The answer should consist of each line below that contains the word "IFCFURNISHINGELEMENT".

___ TASK DATA

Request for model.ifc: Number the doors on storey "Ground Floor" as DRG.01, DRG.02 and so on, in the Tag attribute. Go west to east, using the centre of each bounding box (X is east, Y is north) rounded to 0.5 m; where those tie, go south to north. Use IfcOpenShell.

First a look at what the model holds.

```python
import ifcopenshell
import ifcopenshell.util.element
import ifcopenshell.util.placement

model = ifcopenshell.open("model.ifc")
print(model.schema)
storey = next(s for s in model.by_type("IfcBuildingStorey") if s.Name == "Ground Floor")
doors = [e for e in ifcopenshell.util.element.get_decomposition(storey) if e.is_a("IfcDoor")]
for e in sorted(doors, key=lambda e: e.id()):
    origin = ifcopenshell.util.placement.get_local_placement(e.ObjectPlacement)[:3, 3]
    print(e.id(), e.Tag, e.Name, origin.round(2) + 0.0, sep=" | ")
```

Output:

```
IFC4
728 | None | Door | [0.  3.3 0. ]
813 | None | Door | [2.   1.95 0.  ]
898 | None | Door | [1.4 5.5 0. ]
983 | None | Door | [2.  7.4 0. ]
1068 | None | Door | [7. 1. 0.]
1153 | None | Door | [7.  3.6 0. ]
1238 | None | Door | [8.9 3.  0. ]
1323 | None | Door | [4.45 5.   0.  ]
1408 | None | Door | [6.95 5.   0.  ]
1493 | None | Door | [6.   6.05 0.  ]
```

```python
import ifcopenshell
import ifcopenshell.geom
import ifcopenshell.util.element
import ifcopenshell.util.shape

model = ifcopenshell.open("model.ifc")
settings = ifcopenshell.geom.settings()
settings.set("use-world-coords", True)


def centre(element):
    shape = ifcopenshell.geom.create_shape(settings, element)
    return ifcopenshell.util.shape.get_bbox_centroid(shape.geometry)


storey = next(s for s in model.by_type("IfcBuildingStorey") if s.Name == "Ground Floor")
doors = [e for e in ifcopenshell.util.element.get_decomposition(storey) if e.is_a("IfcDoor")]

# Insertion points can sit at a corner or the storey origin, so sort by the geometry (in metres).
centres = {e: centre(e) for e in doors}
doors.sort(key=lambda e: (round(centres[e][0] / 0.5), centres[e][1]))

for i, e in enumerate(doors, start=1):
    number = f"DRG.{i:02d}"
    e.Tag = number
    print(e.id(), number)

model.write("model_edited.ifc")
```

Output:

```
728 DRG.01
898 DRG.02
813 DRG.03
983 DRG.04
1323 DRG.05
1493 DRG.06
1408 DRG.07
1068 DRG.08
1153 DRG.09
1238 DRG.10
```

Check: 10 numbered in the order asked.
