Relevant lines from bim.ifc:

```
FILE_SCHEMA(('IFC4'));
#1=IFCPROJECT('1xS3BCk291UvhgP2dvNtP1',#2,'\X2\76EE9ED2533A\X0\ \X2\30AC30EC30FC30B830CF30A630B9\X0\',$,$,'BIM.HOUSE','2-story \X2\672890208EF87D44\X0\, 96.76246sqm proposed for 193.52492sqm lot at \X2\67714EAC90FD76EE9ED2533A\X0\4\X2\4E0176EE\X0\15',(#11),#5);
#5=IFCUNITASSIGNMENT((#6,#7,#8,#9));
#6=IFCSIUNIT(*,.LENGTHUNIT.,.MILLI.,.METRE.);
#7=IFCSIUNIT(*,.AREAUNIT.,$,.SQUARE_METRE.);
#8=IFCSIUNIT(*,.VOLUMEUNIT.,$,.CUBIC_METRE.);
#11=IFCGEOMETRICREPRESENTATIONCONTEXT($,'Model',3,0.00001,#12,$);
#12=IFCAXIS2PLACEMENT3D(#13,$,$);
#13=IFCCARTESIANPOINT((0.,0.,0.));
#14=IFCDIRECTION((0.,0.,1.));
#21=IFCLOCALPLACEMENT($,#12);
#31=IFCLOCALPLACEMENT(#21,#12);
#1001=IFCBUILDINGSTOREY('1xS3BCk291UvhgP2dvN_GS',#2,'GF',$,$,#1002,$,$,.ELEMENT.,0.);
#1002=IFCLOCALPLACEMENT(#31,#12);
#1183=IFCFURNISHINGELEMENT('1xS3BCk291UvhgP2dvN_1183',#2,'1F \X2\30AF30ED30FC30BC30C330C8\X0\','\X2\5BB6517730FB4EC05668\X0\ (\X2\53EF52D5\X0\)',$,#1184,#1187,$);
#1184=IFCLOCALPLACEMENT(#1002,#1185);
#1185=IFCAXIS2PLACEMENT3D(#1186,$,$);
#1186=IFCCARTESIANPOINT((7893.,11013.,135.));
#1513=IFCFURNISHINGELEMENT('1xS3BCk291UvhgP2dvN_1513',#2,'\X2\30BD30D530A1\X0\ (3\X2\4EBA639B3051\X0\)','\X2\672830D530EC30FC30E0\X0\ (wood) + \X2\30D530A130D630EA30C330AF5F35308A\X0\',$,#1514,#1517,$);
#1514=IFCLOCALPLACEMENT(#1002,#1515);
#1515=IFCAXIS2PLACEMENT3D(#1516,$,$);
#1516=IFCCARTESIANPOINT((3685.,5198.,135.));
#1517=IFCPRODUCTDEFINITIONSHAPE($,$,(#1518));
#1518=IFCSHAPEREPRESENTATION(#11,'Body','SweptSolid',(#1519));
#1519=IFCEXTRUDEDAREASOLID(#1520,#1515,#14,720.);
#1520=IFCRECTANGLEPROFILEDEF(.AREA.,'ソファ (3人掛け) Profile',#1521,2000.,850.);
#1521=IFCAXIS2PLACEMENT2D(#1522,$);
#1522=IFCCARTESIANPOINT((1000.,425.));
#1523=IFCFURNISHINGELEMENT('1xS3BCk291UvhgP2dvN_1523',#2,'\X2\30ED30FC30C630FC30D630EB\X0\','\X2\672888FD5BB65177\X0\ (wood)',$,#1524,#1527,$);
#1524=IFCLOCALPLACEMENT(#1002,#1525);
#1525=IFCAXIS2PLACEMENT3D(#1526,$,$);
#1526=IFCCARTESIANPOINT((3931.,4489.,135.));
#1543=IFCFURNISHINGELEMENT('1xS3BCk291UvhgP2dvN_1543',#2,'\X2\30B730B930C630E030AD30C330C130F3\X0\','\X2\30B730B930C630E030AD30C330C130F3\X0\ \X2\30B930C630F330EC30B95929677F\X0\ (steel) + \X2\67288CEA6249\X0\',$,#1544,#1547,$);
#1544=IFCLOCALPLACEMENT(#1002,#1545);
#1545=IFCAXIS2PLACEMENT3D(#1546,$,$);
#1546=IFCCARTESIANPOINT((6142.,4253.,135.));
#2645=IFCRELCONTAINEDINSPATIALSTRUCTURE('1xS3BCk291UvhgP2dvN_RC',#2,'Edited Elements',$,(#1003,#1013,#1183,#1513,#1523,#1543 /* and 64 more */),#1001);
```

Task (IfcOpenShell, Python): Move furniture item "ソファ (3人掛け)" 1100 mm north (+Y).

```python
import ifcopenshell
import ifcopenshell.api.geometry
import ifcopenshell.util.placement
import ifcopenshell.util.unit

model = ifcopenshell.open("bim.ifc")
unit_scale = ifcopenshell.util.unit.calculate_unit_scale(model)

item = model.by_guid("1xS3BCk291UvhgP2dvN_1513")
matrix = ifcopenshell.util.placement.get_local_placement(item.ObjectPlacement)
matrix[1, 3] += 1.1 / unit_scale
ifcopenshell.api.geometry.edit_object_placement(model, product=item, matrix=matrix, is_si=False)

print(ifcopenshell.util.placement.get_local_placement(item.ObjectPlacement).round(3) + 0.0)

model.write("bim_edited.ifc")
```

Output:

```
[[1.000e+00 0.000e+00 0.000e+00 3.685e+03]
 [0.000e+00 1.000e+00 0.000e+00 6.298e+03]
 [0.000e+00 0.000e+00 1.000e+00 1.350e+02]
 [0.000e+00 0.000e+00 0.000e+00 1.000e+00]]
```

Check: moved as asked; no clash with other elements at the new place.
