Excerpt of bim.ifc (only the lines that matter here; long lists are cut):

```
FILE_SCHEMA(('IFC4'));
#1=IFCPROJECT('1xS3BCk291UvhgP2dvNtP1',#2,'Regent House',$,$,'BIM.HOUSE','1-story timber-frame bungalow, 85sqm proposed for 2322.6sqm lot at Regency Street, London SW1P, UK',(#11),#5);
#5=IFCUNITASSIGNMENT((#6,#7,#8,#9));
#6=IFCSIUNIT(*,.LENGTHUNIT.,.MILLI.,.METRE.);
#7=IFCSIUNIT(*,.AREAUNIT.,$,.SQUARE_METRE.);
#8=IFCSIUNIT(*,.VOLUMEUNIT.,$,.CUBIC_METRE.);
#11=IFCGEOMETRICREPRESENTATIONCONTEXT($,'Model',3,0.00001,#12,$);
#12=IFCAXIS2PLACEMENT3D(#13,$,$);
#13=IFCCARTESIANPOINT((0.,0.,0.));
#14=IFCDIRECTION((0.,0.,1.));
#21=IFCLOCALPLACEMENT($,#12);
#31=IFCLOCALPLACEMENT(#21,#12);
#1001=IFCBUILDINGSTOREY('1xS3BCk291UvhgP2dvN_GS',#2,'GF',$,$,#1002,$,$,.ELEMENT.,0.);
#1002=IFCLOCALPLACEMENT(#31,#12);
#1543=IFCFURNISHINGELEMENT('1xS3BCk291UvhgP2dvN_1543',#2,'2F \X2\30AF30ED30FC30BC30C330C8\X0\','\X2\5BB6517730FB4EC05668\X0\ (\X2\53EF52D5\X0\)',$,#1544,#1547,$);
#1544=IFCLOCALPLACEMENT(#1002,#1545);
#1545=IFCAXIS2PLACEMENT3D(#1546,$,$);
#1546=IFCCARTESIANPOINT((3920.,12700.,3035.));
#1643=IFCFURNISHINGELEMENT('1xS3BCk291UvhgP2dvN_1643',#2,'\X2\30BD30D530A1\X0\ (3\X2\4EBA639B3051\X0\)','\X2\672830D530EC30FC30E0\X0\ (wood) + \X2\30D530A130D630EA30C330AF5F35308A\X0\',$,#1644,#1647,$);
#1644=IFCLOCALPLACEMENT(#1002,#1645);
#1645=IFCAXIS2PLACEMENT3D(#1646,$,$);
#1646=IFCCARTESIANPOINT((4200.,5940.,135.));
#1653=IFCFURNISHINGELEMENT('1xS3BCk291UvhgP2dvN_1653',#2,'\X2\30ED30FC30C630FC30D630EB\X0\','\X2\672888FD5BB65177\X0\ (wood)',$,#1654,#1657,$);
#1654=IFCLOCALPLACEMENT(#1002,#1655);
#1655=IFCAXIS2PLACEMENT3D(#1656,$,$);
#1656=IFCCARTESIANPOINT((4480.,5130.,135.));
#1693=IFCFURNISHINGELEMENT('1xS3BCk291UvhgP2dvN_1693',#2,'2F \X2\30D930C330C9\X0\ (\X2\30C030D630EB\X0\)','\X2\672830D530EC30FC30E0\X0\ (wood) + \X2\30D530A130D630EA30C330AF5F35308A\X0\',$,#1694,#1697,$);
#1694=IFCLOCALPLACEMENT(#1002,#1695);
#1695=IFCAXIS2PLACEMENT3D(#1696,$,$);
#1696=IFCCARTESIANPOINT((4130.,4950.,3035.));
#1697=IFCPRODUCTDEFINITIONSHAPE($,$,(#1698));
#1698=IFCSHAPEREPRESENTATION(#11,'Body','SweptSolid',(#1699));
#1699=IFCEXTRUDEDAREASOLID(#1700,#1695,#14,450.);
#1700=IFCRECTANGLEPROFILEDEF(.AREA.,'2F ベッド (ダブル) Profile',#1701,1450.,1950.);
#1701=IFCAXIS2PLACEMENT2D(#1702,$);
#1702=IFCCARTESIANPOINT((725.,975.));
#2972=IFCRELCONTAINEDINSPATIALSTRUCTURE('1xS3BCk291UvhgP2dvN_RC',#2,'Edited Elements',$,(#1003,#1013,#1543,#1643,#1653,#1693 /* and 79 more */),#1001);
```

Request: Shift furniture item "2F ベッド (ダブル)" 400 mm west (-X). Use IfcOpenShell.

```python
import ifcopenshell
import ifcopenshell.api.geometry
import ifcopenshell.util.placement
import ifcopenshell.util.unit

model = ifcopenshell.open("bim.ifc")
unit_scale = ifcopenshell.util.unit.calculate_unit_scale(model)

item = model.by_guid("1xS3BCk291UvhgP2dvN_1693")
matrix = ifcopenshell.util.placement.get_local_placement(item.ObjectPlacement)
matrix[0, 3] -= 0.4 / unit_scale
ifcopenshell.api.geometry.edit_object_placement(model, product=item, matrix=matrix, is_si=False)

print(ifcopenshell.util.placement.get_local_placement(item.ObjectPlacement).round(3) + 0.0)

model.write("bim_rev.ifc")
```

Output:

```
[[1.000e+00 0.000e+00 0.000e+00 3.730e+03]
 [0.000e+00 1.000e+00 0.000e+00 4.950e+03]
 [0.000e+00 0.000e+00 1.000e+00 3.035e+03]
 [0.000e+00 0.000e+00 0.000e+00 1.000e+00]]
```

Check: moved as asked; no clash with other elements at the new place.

______

RESPONSE AREA
#1183=IFCFURNISHINGELEMENT('1xS3BCk291UvhgP2dvN_1183',#2,'1F \X2\30AF30ED30FC30BC30C330C8\X0\','\X2\5BB6517730FB4EC05668\X0\ (\X2\53EF52D5\X0\)',$,#1184,#1187,$);
#1513=IFCFURNISHINGELEMENT('1xS3BCk291UvhgP2dvN_1513',#2,'\X2\30BD30D530A1\X0\ (3\X2\4EBA639B3051\X0\)','\X2\672830D530EC30FC30E0\X0\ (wood) + \X2\30D530A130D630EA30C330AF5F35308A\X0\',$,#1514,#1517,$);
#1523=IFCFURNISHINGELEMENT('1xS3BCk291UvhgP2dvN_1523',#2,'\X2\30ED30FC30C630FC30D630EB\X0\','\X2\672888FD5BB65177\X0\ (wood)',$,#1524,#1527,$);
#1543=IFCFURNISHINGELEMENT('1xS3BCk291UvhgP2dvN_1543',#2,'\X2\30B730B930C630E030AD30C330C130F3\X0\','\X2\30B730B930C630E030AD30C330C130F3\X0\ \X2\30B930C630F330EC30B95929677F\X0\ (steel) + \X2\67288CEA6249\X0\',$,#1544,#1547,$);
#1543=IFCFURNISHINGELEMENT('1xS3BCk291UvhgP2dvN_1543',#2,'2F \X2\30AF30ED30FC30BC30C330C8\X0\','\X2\5BB6517730FB4EC05668\X0\ (\X2\53EF52D5\X0\)',$,#1544,#1547,$);
#1643=IFCFURNISHINGELEMENT('1xS3BCk291UvhgP2dvN_1643',#2,'\X2\30BD30D530A1\X0\ (3\X2\4EBA639B3051\X0\)','\X2\672830D530EC30FC30E0\X0\ (wood) + \X2\30D530A130D630EA30C330AF5F35308A\X0\',$,#1644,#1647,$);
#1653=IFCFURNISHINGELEMENT('1xS3BCk291UvhgP2dvN_1653',#2,'\X2\30ED30FC30C630FC30D630EB\X0\','\X2\672888FD5BB65177\X0\ (wood)',$,#1654,#1657,$);
#1693=IFCFURNISHINGELEMENT('1xS3BCk291UvhgP2dvN_1693',#2,'2F \X2\30D930C330C9\X0\ (\X2\30C030D630EB\X0\)','\X2\672830D530EC30FC30E0\X0\ (wood) + \X2\30D530A130D630EA30C330AF5F35308A\X0\',$,#1694,#1697,$);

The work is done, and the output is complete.